OR6C68 Inhibitors
Chemical inhibitors of OR6C68 can employ various mechanisms to achieve their inhibitory effects on this protein. Zinc acetate, for instance, can target the metal ion binding sites that are essential for the structural stability and functionality of many olfactory receptors, including OR6C68. By binding to these critical sites, zinc acetate can disrupt the conformation of OR6C68, rendering it unable to bind to odorant molecules effectively. Similarly, Copper(II) sulfate may interact with thiols and histidine residues that are integral to the active conformation of OR6C68, leading to disruption of the receptor's sensory function.
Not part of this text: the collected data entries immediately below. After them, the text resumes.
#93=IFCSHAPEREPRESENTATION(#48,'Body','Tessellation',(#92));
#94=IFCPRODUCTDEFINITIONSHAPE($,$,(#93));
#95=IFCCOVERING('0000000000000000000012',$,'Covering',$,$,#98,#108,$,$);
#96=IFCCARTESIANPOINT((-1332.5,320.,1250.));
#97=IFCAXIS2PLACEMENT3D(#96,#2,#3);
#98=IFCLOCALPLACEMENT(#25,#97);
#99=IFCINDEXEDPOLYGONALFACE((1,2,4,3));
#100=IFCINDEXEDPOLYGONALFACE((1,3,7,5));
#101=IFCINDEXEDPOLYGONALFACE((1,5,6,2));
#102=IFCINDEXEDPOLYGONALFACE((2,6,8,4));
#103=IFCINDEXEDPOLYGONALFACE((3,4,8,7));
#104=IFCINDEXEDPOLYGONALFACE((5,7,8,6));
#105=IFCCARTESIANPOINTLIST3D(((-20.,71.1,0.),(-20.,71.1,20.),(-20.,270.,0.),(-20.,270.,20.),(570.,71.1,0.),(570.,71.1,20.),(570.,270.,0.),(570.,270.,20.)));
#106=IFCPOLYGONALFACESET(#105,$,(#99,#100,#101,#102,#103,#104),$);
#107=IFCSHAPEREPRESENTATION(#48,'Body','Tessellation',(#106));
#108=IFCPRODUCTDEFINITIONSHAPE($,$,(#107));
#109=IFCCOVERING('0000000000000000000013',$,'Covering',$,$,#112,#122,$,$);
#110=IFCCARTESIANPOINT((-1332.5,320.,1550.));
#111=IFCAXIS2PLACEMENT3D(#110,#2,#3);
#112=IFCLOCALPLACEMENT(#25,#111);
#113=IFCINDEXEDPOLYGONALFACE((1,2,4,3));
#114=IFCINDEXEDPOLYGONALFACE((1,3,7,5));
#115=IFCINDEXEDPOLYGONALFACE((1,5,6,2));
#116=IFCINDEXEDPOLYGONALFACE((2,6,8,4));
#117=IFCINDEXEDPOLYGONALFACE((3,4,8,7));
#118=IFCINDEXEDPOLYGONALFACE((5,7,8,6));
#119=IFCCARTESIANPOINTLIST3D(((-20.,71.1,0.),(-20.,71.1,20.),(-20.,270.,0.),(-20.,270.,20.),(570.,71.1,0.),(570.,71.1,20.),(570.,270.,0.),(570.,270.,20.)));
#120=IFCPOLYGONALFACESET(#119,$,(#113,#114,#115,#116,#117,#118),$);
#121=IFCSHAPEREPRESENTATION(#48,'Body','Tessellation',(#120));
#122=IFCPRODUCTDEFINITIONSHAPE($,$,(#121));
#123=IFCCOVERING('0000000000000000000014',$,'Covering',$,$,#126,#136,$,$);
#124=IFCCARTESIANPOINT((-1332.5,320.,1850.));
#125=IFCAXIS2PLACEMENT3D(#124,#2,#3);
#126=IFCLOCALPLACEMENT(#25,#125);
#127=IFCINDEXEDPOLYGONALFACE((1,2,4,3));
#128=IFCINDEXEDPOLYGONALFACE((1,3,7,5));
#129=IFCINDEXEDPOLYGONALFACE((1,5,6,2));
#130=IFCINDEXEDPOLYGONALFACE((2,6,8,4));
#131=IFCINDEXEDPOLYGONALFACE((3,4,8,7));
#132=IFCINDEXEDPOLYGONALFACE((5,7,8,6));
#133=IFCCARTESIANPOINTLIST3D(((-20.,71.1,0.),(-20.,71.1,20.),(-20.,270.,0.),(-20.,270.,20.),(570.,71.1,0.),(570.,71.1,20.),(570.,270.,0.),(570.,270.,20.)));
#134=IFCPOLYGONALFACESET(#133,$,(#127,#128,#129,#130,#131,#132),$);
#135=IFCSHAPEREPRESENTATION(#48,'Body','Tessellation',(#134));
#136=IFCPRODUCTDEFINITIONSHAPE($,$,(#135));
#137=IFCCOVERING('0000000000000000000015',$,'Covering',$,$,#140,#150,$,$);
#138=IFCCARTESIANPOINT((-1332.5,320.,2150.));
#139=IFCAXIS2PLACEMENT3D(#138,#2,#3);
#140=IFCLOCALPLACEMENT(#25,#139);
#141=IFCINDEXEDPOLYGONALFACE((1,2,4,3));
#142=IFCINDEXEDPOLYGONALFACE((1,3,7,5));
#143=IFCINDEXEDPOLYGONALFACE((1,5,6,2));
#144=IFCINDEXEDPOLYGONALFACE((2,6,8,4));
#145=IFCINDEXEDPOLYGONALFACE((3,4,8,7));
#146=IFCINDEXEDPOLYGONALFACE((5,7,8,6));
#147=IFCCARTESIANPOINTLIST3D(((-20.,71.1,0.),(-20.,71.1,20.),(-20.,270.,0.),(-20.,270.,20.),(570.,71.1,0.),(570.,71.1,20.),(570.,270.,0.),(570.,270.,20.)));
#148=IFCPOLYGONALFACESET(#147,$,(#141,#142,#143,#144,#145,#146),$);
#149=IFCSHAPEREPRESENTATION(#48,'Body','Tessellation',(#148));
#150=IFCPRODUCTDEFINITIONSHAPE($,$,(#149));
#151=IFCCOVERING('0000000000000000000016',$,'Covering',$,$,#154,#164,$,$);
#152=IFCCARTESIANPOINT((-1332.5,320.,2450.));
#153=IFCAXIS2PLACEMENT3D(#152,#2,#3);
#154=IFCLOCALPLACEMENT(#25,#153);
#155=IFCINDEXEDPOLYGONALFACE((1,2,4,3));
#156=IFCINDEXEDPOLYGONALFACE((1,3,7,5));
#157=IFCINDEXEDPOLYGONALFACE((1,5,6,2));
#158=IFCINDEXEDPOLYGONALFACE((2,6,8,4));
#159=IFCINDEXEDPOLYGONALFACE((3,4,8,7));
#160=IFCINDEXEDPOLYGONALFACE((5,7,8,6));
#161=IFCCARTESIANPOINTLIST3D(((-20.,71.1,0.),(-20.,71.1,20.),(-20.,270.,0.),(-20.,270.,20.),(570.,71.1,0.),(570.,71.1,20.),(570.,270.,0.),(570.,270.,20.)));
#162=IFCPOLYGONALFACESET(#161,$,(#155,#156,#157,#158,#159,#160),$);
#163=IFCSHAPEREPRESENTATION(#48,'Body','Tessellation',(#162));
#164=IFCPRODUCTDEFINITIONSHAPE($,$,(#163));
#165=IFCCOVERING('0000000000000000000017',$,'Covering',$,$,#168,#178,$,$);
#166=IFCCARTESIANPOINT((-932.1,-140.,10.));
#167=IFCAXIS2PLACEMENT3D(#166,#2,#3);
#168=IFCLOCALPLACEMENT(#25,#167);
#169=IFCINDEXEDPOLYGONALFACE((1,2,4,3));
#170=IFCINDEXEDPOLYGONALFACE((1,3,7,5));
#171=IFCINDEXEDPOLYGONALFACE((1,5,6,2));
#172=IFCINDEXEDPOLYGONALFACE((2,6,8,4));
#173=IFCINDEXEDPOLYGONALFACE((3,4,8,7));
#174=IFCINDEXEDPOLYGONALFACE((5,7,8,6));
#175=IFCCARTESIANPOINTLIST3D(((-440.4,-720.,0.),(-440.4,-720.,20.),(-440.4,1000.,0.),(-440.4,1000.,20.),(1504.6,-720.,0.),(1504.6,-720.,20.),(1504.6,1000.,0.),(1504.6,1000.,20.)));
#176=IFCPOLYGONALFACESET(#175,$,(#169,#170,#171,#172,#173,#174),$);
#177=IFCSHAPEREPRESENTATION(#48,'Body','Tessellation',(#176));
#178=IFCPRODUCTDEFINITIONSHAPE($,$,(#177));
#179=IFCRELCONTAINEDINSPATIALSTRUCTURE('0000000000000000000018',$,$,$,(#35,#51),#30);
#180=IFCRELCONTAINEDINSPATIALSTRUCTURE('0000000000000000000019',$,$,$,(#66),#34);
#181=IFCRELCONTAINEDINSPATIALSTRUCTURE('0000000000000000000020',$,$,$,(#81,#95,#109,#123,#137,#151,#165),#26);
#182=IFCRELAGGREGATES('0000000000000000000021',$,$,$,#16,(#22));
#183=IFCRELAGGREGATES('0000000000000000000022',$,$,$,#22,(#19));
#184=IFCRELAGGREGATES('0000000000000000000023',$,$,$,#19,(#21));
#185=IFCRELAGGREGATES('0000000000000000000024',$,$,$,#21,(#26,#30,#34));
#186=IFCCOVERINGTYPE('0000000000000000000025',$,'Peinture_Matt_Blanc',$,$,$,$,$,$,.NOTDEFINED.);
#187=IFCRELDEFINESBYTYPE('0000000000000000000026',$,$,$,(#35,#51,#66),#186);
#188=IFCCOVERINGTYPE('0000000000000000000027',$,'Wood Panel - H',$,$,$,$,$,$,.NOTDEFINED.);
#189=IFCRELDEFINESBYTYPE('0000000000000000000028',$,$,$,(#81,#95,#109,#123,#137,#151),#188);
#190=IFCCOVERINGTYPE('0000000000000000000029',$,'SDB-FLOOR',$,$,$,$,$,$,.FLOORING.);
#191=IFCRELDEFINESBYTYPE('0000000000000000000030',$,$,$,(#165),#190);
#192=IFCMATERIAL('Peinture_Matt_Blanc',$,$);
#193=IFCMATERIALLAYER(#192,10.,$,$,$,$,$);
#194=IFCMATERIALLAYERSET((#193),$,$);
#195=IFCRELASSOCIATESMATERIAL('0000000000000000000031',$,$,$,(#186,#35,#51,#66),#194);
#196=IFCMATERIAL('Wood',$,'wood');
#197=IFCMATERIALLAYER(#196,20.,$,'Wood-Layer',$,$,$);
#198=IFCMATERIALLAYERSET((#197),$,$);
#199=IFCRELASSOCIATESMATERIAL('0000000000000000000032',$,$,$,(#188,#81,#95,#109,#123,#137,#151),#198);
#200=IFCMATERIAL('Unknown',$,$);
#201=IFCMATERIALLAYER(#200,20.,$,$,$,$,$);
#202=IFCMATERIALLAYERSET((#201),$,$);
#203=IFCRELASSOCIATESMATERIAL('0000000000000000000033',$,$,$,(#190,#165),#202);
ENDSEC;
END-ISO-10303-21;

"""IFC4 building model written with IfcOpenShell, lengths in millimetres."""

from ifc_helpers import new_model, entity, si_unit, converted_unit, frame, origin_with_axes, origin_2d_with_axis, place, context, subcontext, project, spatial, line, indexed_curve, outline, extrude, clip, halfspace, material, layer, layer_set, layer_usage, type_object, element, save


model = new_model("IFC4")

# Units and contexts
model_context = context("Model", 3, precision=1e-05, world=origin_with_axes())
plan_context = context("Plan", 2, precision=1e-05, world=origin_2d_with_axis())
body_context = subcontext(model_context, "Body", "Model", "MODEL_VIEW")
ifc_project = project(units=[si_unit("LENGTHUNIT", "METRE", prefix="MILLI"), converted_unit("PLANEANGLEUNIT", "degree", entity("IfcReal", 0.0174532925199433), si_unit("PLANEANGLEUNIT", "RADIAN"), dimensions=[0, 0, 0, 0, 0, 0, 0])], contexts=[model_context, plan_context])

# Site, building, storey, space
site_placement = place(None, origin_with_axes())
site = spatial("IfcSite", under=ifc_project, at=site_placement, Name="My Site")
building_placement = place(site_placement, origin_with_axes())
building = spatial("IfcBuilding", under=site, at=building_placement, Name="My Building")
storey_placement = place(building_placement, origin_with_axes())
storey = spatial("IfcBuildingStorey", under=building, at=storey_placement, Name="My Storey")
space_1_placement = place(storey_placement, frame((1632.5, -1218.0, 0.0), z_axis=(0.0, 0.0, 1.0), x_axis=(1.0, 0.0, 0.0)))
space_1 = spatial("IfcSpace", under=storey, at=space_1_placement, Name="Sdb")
Compounds like Chloroquine, which incorporate themselves into the membrane, can alter membrane properties in a way that changes the conformation of OR6C68, preventing it from properly binding odorant molecules and signaling.
Further, specific inhibitors like Lidocaine and Tetraethylammonium can modulate neuronal excitability, which indirectly affects the function of OR6C68. Lidocaine stabilizes the inactive form of sodium channels, thereby reducing the excitability of olfactory neurons and, by extension, the activity of OR6C68. Tetraethylammonium acts as a potassium channel blocker, and by reducing neuronal excitability, it can decrease the overall response to odorants of neurons expressing OR6C68. Furthermore, compounds such as Quinine, which inhibit various ion channels, and calcium channel blockers like Ruthenium red, Verapamil, Diltiazem, and Nifedipine, can suppress OR6C68 signaling through the reduction of ion fluxes critical to olfactory neuron activation. Amiloride inhibits sodium channels, which are necessary for membrane depolarization and subsequent activation of OR6C68, leading to a decrease in the protein's activity. Lastly, Methylene blue targets guanylyl cyclase, leading to a decrease in cGMP levels, consequently impairing the cGMP-dependent signaling pathways vital for the functioning of OR6C68 in olfactory perception. Each of these chemicals disrupts the functional activity of OR6C68 through direct or indirect interactions with the receptor itself or the cellular components that support its function.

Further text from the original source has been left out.